#### Collected data entries:
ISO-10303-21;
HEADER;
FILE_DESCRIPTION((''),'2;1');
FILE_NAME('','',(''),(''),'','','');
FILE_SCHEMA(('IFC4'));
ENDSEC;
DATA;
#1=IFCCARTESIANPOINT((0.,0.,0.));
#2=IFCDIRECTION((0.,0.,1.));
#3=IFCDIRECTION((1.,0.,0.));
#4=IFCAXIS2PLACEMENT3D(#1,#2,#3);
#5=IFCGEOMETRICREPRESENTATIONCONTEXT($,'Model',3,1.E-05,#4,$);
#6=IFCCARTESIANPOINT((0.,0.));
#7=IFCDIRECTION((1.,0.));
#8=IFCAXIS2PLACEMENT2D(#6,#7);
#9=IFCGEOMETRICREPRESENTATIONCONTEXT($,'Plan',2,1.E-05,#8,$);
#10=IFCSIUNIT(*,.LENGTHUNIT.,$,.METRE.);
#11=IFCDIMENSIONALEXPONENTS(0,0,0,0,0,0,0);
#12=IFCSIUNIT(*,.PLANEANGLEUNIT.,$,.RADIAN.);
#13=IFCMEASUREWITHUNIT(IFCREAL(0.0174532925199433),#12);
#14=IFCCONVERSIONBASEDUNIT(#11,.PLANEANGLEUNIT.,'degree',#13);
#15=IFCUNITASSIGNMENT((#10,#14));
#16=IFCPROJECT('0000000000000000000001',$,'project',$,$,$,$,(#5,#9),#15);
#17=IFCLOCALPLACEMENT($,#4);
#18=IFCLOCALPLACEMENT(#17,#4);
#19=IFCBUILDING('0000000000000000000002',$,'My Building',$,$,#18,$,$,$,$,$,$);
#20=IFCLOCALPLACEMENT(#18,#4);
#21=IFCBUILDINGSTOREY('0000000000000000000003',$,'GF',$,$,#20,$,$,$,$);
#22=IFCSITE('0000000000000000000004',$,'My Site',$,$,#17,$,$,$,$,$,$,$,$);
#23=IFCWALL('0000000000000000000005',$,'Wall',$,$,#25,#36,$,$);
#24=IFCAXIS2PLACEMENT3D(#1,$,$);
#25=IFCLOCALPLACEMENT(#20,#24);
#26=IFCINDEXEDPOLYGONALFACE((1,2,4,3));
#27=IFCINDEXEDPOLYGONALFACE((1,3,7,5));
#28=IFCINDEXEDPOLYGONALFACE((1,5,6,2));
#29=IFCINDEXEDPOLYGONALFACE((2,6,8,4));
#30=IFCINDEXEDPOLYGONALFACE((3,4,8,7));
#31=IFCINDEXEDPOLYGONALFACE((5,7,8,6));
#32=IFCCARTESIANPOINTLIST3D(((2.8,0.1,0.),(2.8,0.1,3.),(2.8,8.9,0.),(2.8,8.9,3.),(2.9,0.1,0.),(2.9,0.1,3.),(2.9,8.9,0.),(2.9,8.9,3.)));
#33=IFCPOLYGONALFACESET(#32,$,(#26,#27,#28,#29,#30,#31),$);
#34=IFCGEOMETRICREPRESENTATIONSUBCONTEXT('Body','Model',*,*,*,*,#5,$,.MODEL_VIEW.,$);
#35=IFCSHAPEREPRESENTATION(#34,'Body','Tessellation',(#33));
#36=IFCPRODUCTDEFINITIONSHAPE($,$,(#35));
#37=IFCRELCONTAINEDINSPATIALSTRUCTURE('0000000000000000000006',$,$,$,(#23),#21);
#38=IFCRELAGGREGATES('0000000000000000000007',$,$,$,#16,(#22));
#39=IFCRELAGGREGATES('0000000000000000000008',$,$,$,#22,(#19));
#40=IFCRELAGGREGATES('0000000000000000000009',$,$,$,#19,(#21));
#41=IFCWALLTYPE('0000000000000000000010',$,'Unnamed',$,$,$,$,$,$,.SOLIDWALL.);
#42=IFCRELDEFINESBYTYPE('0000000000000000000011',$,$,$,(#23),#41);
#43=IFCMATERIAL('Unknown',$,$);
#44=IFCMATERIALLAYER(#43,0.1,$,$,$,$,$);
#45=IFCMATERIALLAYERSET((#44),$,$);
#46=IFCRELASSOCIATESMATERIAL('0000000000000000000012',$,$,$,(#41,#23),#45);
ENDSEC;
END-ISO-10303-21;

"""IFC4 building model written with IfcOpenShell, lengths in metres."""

from ifc_helpers import new_model, entity, si_unit, converted_unit, frame, origin_with_axes, origin_2d_with_axis, place, context, subcontext, project, spatial, line, indexed_curve, outline, extrude, material, layer, layer_set, layer_usage, type_object, element, save


model = new_model("IFC4")

# Units and contexts
model_context = context("Model", 3, precision=1e-05, world=origin_with_axes())
plan_context = context("Plan", 2, precision=1e-05, world=origin_2d_with_axis())
body_context_1 = subcontext(model_context, "Body", "Model", "MODEL_VIEW")
ifc_project = project(units=[si_unit("LENGTHUNIT", "METRE"), converted_unit("PLANEANGLEUNIT", "degree", entity("IfcReal", 0.0174532925199433), si_unit("PLANEANGLEUNIT", "RADIAN"), dimensions=[0, 0, 0, 0, 0, 0, 0])], contexts=[model_context, plan_context])

# Site, building, storey
site_placement = place(None, origin_with_axes())
site = spatial("IfcSite", under=ifc_project, at=site_placement, Name="My Site")
building_placement = place(site_placement, origin_with_axes())
building = spatial("IfcBuilding", under=site, at=building_placement, Name="My Building")
storey_placement = place(building_placement, origin_with_axes())
storey = spatial("IfcBuildingStorey", under=building, at=storey_placement, Name="GF")

# Shared definitions
ifc_material = material(Name="Unknown")

# Shared definitions
ifc_layer_1 = layer(ifc_material, 0.1)
ifc_layer_set_1 = layer_set([ifc_layer_1])
wall_type = type_object("IfcWallType", Name="Unnamed", PredefinedType="SOLIDWALL", material=ifc_layer_set_1)

# Wall
ifc_layer_usage_1 = layer_usage(ifc_layer_set_1, "AXIS2", "POSITIVE", 0.0)
wall_1_placement = place(storey_placement, frame((2.8, 9.0, 0.0), z_axis=(0.0, 0.0, 1.0), x_axis=(0.0, -1.0, 0.0)))
element("IfcWall", 1, at=wall_1_placement, inside=storey, type_object=wall_type, material=ifc_layer_usage_1, Name="Wall", context=body_context_1, shape_type="SweptSolid", body=[
    extrude(outline(indexed_curve([(0.1, 0.0), (0.1, 0.1), (8.9, 0.1), (8.9, 0.0)], segments=[line(1, 2, 3, 4, 1)])), origin_with_axes(), (0.0, 0.0, 1.0), 3.0),
])

save(model, "model.ifc")
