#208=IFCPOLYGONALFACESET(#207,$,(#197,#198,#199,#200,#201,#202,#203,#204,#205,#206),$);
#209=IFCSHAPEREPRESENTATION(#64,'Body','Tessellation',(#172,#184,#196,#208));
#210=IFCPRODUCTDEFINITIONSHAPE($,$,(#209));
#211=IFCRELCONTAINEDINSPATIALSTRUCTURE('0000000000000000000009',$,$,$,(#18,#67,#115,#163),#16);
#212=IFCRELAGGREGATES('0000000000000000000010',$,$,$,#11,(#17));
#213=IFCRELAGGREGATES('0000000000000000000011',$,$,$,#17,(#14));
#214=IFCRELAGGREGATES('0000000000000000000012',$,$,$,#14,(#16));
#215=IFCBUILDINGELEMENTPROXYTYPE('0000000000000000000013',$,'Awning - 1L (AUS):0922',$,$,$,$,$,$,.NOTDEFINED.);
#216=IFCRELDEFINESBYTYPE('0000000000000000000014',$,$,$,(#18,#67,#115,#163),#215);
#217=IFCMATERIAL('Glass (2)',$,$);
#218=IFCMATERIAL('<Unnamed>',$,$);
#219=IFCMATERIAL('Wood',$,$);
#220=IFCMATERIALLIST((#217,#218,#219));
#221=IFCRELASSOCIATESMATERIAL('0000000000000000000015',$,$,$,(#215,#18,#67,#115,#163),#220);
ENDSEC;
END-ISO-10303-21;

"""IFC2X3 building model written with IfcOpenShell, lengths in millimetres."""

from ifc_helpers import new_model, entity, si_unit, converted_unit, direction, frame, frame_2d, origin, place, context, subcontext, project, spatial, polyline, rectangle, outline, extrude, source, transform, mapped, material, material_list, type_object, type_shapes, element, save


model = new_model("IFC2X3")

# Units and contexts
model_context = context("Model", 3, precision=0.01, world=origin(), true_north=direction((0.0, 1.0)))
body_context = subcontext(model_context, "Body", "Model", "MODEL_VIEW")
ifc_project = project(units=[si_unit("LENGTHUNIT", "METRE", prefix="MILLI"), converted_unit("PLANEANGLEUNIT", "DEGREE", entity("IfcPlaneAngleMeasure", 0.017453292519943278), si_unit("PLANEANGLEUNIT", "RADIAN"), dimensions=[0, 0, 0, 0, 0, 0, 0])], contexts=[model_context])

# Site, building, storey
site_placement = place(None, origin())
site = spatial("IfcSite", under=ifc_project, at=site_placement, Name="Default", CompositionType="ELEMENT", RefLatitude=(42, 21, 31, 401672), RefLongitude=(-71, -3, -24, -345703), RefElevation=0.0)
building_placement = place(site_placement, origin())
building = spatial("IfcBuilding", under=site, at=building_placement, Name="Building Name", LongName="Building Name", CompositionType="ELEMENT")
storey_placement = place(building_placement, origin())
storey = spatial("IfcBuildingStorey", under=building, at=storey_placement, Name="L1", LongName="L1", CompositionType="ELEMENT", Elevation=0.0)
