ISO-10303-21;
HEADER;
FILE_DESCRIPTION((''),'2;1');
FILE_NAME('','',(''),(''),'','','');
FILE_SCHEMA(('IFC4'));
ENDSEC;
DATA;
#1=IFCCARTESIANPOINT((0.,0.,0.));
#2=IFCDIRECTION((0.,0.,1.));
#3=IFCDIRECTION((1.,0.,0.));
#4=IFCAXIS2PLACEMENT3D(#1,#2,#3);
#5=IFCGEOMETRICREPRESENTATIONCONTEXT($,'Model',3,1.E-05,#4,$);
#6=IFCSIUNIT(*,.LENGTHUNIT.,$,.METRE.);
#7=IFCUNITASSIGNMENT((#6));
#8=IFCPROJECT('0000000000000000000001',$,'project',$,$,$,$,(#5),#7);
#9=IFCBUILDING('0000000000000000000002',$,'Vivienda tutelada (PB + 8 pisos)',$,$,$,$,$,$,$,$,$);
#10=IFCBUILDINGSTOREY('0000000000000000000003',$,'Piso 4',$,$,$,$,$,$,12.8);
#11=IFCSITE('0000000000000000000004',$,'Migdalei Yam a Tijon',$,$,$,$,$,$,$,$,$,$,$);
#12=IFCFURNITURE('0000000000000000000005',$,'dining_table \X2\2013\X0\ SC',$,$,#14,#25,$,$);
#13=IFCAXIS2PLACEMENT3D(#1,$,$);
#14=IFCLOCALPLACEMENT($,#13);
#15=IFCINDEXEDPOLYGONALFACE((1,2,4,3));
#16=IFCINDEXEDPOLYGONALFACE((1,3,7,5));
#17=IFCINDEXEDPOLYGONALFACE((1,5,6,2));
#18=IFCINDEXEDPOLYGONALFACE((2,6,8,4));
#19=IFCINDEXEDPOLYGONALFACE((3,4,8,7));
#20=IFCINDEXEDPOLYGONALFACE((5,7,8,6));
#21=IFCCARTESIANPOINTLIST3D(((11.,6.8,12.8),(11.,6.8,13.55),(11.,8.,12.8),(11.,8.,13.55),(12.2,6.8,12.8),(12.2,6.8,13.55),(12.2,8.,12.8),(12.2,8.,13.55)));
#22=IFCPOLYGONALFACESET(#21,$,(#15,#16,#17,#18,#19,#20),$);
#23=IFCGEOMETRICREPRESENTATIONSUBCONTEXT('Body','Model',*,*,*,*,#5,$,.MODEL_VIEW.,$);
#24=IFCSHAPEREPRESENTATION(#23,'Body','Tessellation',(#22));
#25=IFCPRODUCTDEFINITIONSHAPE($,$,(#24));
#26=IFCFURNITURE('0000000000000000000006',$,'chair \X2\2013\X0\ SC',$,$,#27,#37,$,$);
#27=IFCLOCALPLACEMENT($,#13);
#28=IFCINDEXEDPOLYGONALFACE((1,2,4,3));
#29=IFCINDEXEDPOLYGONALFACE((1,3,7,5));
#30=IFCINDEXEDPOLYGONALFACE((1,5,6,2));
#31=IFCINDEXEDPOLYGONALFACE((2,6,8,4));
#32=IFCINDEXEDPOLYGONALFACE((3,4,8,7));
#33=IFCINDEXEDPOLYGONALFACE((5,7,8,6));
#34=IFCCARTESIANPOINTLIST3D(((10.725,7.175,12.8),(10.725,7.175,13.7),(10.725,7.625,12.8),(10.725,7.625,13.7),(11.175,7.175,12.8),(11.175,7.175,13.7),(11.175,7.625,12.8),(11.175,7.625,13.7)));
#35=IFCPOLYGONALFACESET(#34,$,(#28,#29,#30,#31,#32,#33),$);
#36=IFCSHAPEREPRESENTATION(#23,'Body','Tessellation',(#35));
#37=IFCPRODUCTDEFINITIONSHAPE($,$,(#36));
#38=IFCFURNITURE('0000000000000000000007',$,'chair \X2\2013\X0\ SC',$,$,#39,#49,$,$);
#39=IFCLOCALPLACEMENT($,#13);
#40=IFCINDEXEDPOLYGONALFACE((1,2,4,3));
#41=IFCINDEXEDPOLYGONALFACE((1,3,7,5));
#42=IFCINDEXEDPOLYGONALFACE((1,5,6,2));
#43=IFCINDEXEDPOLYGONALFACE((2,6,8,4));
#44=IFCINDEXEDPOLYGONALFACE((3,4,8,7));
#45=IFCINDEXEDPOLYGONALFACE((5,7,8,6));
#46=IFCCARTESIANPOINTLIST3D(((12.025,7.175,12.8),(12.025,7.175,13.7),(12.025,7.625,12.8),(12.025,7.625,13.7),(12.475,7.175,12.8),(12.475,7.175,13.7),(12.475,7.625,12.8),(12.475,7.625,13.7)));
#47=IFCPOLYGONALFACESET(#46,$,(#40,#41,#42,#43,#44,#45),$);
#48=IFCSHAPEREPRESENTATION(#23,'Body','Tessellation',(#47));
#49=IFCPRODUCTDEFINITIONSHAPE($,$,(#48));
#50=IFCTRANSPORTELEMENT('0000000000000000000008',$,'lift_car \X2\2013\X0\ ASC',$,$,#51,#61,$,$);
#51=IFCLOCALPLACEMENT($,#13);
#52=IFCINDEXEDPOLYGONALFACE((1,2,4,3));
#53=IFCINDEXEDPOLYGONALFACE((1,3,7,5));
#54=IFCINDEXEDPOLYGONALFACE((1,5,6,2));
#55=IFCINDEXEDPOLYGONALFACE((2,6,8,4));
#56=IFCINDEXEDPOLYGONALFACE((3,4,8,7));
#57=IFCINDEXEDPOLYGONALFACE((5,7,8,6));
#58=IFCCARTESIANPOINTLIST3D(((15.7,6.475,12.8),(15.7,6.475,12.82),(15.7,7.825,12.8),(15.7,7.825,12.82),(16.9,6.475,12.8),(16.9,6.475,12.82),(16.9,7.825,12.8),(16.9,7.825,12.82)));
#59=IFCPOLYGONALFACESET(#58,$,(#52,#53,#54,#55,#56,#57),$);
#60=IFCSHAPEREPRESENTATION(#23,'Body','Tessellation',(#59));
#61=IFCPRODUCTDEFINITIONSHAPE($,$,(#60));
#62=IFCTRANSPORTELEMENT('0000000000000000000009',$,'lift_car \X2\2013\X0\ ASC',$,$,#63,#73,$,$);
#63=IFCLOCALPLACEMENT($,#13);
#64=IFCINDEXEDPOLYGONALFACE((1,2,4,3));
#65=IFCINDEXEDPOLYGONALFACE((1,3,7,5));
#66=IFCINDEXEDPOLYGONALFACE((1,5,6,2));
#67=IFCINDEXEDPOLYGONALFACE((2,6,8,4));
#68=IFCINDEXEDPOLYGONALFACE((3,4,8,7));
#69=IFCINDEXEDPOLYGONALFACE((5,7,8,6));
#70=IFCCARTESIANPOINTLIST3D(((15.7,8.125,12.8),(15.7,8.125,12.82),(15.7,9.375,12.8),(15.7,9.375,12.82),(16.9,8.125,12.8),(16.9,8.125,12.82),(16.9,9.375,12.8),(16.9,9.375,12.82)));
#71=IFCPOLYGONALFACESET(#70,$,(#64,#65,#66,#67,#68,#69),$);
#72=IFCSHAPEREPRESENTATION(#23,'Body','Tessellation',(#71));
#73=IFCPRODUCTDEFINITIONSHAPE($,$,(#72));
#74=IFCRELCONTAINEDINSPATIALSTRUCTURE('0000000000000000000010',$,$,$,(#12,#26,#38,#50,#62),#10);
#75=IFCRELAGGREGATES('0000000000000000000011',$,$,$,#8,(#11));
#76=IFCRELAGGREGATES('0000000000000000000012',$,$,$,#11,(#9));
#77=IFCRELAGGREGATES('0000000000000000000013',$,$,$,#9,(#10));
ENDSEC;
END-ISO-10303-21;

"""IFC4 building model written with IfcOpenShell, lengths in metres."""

from ifc_helpers import new_model, si_unit, frame, origin_with_axes, context, subcontext, project, spatial, line, indexed_curve, outline, extrude, element, save


model = new_model("IFC4")

# Units and contexts
model_context = context("Model", 3, precision=1e-05, world=origin_with_axes())
body_context = subcontext(model_context, "Body", "Model", "MODEL_VIEW")
ifc_project = project(units=[si_unit("LENGTHUNIT", "METRE")], contexts=[model_context])

# Site, building, storey
site = spatial("IfcSite", under=ifc_project, Name="Migdalei Yam a Tijon")
building = spatial("IfcBuilding", under=site, Name="Vivienda tutelada (PB + 8 pisos)")
storey = spatial("IfcBuildingStorey", under=building, Name="Piso 4", Elevation=12.8)

# Furniture
element("IfcFurniture", 1, inside=storey, Name="dining_table – SC", context=body_context, shape_type="SweptSolid", body=[
    extrude(outline(indexed_curve([(0.0, 0.0), (1.2, 0.0), (1.2, 1.2), (0.0, 1.2)], segments=[line(1, 2, 3, 4, 1)])), frame((11.0, 6.8, 12.8), z_axis=(0.0, 0.0, 1.0), x_axis=(1.0, 0.0, 0.0)), (0.0, 0.0, 1.0), 0.75),
])
element("IfcFurniture", 2, inside=storey, Name="chair – SC", context=body_context, shape_type="SweptSolid", body=[
    extrude(outline(indexed_curve([(0.0, 0.0), (0.45, 0.0), (0.45, 0.45), (0.0, 0.45)], segments=[line(1, 2, 3, 4, 1)])), frame((10.725, 7.175, 12.8), z_axis=(0.0, 0.0, 1.0), x_axis=(1.0, 0.0, 0.0)), (0.0, 0.0, 1.0), 0.9),
])
element("IfcFurniture", 3, inside=storey, Name="chair – SC", context=body_context, shape_type="SweptSolid", body=[
    extrude(outline(indexed_curve([(0.0, 0.0), (0.45, 0.0), (0.45, 0.45), (0.0, 0.45)], segments=[line(1, 2, 3, 4, 1)])), frame((12.025, 7.175, 12.8), z_axis=(0.0, 0.0, 1.0), x_axis=(1.0, 0.0, 0.0)), (0.0, 0.0, 1.0), 0.9),
])

# Transport elements
element("IfcTransportElement", 4, inside=storey, Name="lift_car – ASC", context=body_context, shape_type="SweptSolid", body=[
    extrude(outline(indexed_curve([(0.0, 0.0), (1.2, 0.0), (1.2, 1.35), (0.0, 1.35)], segments=[line(1, 2, 3, 4, 1)])), frame((15.7, 6.475, 12.8), z_axis=(0.0, 0.0, 1.0), x_axis=(1.0, 0.0, 0.0)), (0.0, 0.0, 1.0), 0.02),
])
element("IfcTransportElement", 5, inside=storey, Name="lift_car – ASC", context=body_context, shape_type="SweptSolid", body=[
    extrude(outline(indexed_curve([(0.0, 0.0), (1.2, 0.0), (1.2, 1.25), (0.0, 1.25)], segments=[line(1, 2, 3, 4, 1)])), frame((15.7, 8.125, 12.8), z_axis=(0.0, 0.0, 1.0), x_axis=(1.0, 0.0, 0.0)), (0.0, 0.0, 1.0), 0.02),
])

save(model, "model.ifc")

#### WHAT IS BEING ASKED:
Each line of the data that has the string "IFCSIUNIT" should be returned.

#### THE COMPLETED TASK:
#10=IFCSIUNIT(*,.LENGTHUNIT.,$,.METRE.);
#12=IFCSIUNIT(*,.PLANEANGLEUNIT.,$,.RADIAN.);
#6=IFCSIUNIT(*,.LENGTHUNIT.,$,.METRE.);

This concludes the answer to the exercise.